It’s all about you — and them. Today’s wedding receptions are styled as individually as the couples who plan them: No one wants to throw a prepackaged party. And with a growing focus on celebrating the guests who attend the reception, engaged couples are working in fresh, fun ways to make their night stand out.
“Couples aren’t putting on airs — they’re focused on the guests,” says Julian Severyn, founder of Wedding Artistry in Broadview Heights. He says this attitude of creating an environment to entertain, to encourage conversation, and to promote families and friends getting to know each other is actually a return to the way weddings were when our grandparents were saying their vows.
The difference is couples who opt for traditional touches do so because they want to, not because they have to. That leaves a lot of room for interpretation and creating a personal stamp on one’s wedding reception.
“The real driving factor is that the couple wants to have their own reception,” Severyn says.
We’ve asked some local celebs and experts about ways they’ve made theirs and other weddings become a night everyone else will remember. Go ahead, make one of these ideas your “something borrowed.”
Center of Attention
Earthen branches from manzanita trees grown in Napa, Calif., make an interesting centerpiece Kristy Lawrence of Westlake can personalize with momentos and wedding theme colors. The branch art, which Lawrence sells on Etsy, can also be used as a wishing tree at a guest sign-in table, where friends and family write and hang happy wishes for the bride and groom.“Most people will go with flowers,” Lawrence says. “If couples want to set themselves apart, these centerpieces really say something about your taste, and they are really unique.”
Lawrence has adorned manzanita branches for a farm house themed wedding, incorporating hanging votives and personalized wine corks.
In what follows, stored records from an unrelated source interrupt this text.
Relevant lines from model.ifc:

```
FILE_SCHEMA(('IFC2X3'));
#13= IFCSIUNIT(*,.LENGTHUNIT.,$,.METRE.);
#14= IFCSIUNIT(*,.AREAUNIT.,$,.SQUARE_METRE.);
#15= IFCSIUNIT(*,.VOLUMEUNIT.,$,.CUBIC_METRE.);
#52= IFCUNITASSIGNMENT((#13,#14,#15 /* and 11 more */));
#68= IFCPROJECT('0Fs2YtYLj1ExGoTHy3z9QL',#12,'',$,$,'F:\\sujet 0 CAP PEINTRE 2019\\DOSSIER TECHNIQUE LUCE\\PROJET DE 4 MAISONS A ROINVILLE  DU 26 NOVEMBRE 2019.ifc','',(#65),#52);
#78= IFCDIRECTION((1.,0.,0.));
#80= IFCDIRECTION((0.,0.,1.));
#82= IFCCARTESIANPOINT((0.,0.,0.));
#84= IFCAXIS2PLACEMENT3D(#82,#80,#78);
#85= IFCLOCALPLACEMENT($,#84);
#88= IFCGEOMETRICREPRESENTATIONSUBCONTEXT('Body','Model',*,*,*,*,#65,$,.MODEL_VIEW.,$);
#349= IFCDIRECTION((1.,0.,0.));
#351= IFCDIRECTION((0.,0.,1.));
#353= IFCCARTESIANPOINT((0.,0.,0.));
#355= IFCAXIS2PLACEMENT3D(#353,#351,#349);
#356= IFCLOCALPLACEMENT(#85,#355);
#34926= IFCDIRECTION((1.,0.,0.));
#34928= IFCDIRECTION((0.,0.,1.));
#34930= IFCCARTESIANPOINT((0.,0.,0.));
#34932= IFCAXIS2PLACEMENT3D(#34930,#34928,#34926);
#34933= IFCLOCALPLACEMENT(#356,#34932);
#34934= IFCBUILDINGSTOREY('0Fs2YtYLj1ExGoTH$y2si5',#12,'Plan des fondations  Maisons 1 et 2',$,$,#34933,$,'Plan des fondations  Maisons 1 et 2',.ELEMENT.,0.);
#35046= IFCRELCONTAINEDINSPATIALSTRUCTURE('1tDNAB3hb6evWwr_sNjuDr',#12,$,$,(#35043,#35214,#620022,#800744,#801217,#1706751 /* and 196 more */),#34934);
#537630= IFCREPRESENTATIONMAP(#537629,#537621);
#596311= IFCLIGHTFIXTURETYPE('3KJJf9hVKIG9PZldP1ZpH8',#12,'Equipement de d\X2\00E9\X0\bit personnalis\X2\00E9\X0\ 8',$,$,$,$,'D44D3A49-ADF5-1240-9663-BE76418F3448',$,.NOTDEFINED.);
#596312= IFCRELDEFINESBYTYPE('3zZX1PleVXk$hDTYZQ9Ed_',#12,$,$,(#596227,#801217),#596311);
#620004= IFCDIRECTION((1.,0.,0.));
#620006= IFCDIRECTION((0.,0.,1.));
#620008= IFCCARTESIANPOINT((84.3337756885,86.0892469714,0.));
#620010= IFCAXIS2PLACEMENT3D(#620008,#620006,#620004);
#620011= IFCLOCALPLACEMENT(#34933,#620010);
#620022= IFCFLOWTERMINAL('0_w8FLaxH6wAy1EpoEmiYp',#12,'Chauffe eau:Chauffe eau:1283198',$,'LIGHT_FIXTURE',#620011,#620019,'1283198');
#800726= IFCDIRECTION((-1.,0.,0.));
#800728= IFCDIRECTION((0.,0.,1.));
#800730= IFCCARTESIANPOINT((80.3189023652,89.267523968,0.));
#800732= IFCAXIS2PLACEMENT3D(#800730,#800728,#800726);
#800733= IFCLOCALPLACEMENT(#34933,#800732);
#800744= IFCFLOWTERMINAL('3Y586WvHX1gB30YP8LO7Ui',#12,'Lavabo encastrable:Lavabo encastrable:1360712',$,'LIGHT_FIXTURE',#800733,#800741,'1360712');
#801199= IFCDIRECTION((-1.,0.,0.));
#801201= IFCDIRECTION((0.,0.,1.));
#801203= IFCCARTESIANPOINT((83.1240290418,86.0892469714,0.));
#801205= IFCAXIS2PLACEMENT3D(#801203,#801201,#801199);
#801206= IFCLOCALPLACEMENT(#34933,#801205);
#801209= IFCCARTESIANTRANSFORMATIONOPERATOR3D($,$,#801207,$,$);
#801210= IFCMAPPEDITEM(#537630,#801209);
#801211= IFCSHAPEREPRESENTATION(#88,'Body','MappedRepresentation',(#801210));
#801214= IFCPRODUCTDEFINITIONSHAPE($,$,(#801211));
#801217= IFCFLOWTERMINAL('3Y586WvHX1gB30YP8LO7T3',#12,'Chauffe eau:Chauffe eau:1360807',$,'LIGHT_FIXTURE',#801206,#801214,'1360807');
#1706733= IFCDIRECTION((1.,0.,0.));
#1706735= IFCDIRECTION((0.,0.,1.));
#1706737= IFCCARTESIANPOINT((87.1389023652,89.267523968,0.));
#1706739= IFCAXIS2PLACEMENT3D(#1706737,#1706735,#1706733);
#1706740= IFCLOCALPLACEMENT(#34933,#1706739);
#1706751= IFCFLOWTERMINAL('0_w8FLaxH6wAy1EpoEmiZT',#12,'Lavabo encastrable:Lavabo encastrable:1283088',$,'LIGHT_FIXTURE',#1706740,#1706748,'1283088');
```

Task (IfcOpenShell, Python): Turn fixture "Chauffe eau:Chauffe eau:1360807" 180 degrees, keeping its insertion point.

```python
import ifcopenshell
import ifcopenshell.api.geometry
import ifcopenshell.util.placement

model = ifcopenshell.open("model.ifc")

item = model.by_guid("3Y586WvHX1gB30YP8LO7T3")
matrix = ifcopenshell.util.placement.get_local_placement(item.ObjectPlacement)
matrix = matrix @ ifcopenshell.util.placement.rotation(180, "Z")
ifcopenshell.api.geometry.edit_object_placement(model, product=item, matrix=matrix, is_si=False)

print(ifcopenshell.util.placement.get_local_placement(item.ObjectPlacement).round(3) + 0.0)

model.write("model_edited.ifc")
```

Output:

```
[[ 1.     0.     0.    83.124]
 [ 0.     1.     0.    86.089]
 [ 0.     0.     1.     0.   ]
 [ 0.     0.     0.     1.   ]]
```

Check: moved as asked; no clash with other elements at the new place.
At the other end of the style spectrum, she is currently working on centerpieces for a punk rock wedding that will be held at the House of Blues in Cleveland.
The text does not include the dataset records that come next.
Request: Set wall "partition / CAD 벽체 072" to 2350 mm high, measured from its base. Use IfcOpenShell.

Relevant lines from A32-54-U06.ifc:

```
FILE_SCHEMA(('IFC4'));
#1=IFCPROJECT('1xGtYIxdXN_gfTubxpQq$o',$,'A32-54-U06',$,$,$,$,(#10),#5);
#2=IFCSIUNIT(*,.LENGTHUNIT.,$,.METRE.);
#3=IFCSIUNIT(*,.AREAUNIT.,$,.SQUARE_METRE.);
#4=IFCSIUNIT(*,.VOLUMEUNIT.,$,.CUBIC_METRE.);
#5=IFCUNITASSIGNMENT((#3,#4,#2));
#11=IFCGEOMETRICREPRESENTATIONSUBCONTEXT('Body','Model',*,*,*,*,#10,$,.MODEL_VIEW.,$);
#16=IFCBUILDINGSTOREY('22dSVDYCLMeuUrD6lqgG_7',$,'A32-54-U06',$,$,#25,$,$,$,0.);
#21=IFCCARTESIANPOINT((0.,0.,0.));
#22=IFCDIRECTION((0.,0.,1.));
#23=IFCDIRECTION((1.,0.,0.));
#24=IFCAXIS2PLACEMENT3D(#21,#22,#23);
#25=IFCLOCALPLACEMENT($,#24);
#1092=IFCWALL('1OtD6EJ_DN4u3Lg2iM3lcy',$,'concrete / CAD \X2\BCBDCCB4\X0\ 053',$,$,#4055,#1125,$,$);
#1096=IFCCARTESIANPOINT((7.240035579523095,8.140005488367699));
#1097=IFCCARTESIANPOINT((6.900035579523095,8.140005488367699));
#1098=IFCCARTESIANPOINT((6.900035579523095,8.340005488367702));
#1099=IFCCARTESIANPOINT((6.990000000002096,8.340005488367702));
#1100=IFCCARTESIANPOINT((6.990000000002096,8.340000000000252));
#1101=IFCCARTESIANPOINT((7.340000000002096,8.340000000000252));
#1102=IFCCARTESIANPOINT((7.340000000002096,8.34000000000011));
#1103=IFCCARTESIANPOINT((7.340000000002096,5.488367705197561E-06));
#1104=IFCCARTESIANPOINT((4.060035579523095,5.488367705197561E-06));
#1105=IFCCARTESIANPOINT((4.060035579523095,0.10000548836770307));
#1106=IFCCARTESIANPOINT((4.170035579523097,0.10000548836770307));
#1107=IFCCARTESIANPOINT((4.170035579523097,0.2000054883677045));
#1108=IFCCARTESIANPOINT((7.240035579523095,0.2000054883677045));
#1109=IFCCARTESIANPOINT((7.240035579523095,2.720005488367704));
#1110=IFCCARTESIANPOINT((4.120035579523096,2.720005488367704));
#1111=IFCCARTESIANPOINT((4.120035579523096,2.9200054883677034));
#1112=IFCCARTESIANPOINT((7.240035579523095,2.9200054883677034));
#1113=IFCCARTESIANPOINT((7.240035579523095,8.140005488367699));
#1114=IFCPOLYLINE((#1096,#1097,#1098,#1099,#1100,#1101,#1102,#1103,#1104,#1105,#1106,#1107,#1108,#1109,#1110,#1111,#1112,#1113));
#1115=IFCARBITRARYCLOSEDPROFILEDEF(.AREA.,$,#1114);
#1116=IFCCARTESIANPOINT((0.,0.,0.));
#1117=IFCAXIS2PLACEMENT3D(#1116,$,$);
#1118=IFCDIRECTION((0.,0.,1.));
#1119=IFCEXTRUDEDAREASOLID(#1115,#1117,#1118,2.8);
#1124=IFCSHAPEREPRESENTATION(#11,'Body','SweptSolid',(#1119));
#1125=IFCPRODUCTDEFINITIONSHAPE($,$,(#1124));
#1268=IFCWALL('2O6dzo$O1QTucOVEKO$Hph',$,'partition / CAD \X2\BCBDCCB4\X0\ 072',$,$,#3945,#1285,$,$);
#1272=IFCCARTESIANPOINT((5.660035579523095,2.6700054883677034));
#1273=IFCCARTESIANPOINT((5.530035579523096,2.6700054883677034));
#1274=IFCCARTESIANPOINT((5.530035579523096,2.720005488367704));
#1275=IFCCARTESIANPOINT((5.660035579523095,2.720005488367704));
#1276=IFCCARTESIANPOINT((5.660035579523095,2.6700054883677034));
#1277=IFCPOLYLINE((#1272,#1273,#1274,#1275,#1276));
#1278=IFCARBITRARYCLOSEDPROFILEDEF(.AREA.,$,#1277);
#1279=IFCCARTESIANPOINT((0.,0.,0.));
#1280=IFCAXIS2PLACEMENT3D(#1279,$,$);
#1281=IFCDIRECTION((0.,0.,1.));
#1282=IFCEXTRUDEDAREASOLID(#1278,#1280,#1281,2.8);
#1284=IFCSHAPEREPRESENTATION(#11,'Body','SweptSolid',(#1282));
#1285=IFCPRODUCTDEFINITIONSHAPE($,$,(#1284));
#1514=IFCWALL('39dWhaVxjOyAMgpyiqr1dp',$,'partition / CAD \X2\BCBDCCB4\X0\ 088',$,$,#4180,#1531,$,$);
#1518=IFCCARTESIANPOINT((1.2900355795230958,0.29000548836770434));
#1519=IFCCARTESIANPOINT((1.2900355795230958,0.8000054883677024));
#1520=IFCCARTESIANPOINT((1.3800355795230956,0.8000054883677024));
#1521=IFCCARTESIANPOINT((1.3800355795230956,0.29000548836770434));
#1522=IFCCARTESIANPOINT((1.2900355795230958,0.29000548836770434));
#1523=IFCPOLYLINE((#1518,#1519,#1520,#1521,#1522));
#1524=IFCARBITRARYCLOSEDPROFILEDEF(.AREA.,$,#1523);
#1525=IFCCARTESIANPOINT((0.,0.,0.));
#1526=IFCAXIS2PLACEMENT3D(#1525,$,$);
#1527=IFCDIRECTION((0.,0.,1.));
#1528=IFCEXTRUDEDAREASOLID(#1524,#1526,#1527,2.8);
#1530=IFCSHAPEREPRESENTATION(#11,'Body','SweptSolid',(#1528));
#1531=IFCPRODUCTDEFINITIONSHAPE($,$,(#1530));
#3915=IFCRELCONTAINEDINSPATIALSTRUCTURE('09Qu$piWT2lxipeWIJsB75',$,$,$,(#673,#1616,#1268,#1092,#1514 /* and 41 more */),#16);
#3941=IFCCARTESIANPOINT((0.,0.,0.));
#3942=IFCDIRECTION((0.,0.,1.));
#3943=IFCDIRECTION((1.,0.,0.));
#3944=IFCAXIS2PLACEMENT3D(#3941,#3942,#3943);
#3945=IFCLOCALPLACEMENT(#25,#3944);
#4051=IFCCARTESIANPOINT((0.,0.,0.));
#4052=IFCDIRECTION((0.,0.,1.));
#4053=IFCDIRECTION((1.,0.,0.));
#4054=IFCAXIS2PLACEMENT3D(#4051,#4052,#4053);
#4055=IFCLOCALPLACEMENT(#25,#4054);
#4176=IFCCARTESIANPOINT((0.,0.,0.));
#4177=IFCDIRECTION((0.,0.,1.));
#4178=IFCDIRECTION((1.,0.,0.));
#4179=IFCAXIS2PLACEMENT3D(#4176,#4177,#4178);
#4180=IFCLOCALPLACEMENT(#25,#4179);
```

```python
import ifcopenshell
import ifcopenshell.geom
import ifcopenshell.util.representation
import ifcopenshell.util.shape
import ifcopenshell.util.unit

model = ifcopenshell.open("A32-54-U06.ifc")
unit_scale = ifcopenshell.util.unit.calculate_unit_scale(model)
settings = ifcopenshell.geom.settings()


def volume(element):
    """Net volume in cubic metres, openings subtracted."""
    shape = ifcopenshell.geom.create_shape(settings, element)
    return ifcopenshell.util.shape.get_volume(shape.geometry)


wall = model.by_guid("2O6dzo$O1QTucOVEKO$Hph")
before = volume(wall)

body = ifcopenshell.util.representation.get_representation(wall, "Model", "Body")
solid = body.Items[0]
old_height = solid.Depth
solid.Depth = 2.35 / unit_scale
after = volume(wall)

print(f"height {old_height:g} -> {solid.Depth:g}, volume {before:.3f} -> {after:.3f} m3")

model.write("A32-54-U06_v2.ifc")
```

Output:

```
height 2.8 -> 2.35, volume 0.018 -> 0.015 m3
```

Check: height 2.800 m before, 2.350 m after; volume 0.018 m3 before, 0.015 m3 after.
The bedazzled branches range in size from 12 inches to 6 feet, and Lawrence ships them to brides across the country by carefully packaging all of the adornments and branches separately. “Everything arrives ready to hang, so it’s like decorating a small Christmas tree,” she says, noting that she includes a step-by-step video of herself decorating a sample along with photo instructions so assembling the branch centerpiece is pretty much foolproof.
Something Blue Underneath
WKYC television personality Maureen Kyle didn’t want to force the “something blue” tradition — though she had the something old, new and borrowed categories covered. “I didn’t want to do a garter toss, so I couldn’t even hide something blue underneath my dress,” she says.But Kyle thought of a way to sneak some blue into her wedding day ensemble. She asked her bridesmaids and mother to sign their names on the bottom of her dress shoes using a blue marker. “No one saw the bottom of my shoes, but it was a little sign of support as I walked down the aisle,” she says.
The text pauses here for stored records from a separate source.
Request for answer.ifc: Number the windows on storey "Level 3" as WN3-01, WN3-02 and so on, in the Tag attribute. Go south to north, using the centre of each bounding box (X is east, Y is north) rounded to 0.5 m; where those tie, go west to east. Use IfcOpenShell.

First a look at what the model holds.

```python
import ifcopenshell
import ifcopenshell.util.element
import ifcopenshell.util.placement

model = ifcopenshell.open("answer.ifc")
print(model.schema)
storey = next(s for s in model.by_type("IfcBuildingStorey") if s.Name == "Level 3")
windows = [e for e in ifcopenshell.util.element.get_decomposition(storey) if e.is_a("IfcWindow")]
for e in sorted(windows, key=lambda e: e.id()):
    origin = ifcopenshell.util.placement.get_local_placement(e.ObjectPlacement)[:3, 3]
    print(e.id(), e.Tag, e.Name, origin.round(2) + 0.0, sep=" | ")
```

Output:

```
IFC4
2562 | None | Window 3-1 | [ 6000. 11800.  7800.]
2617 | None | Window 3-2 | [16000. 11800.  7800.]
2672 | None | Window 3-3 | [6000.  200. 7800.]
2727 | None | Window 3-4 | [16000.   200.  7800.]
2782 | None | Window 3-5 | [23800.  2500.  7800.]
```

```python
import ifcopenshell
import ifcopenshell.geom
import ifcopenshell.util.element
import ifcopenshell.util.shape

model = ifcopenshell.open("answer.ifc")
settings = ifcopenshell.geom.settings()
settings.set("use-world-coords", True)


def centre(element):
    shape = ifcopenshell.geom.create_shape(settings, element)
    return ifcopenshell.util.shape.get_bbox_centroid(shape.geometry)


storey = next(s for s in model.by_type("IfcBuildingStorey") if s.Name == "Level 3")
windows = [e for e in ifcopenshell.util.element.get_decomposition(storey) if e.is_a("IfcWindow")]

# Insertion points can sit at a corner or the storey origin, so sort by the geometry (in metres).
centres = {e: centre(e) for e in windows}
windows.sort(key=lambda e: (round(centres[e][1] / 0.5), centres[e][0]))

for i, e in enumerate(windows, start=1):
    number = f"WN3-{i:02d}"
    e.Tag = number
    print(e.id(), number)

model.write("answer-out.ifc")
```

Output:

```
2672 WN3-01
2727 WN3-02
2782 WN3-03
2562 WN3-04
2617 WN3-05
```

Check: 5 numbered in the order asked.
Since the marker was permanent, the signatures didn’t scuff off, even after a night of dancing. So Kyle has a sweet pair of soles to remember her big night.Hot Shots
A photo booth was a last-minute addition at Q104 drive-time personality Jen Toohey’s wedding to Nate Lyons — “and worth every penny,” Toohey raves. Guests loved it. “People were in and out of it all night, and we were able to create as many photos as they wanted,” she says, adding that since the wedding, she has noticed the photo strips displayed in friends’ homes.
Throughout the evening, a scrapbook filled with photo booth snapshots was created. “Instead of a guest book, all the photo strips were put in a scrapbook with handwritten messages from our guests next to them,” Toohey says. “We still leaf through it to relive that night quite often.”
A Cocktail State of Mind
A traditional, multicourse meal at a wedding generally means guests are parked at their tables for a couple of hours. To promote more mingling, a couple can opt for a cocktail-style reception instead. (This does not mean only apertifs and appetizers are served!) Meal stations encourage guests to move about, and high-top tables that seat four to six people (with no formal assignments) give friends and family the freedom to migrate from one area of the reception hall to the next at their leisure.“Wedding receptions styled like this are more fluid in that people are moving around, and plates are smaller — a plate is not going to hold your entire meal, so you’ll get up and go from one spot to another,” Severyn says, adding that meal stations generally have a theme: Asian, Italian, cheese and fruit, seafood, pasta, etc.
Picture-Perfect Guest Book
A blank guest book with a thick pad of ruled pages rarely solicits spirited remarks from guests. Sure, they sign their names — along with, perhaps, a quick “Congrats!” But you probably know who attended the party since you helped plan the table seatings.To give guests a picture of their journey from dating to engagement and down the aisle, Kyle created a hard-bound photo book using Blurb.com. She included a photo from the night Mark McDougall first said “I love you” (they asked a server to take their photo that night during dinner), and pictures from events such as Indians games and wedding showers.
Because there were lines next to the photos on every page, guests could flip through the book and sign next to any snapshot. This sparked more than just signatures. “People were writing on the pages and on the pictures and including messages — more than just their names,” Kyle says.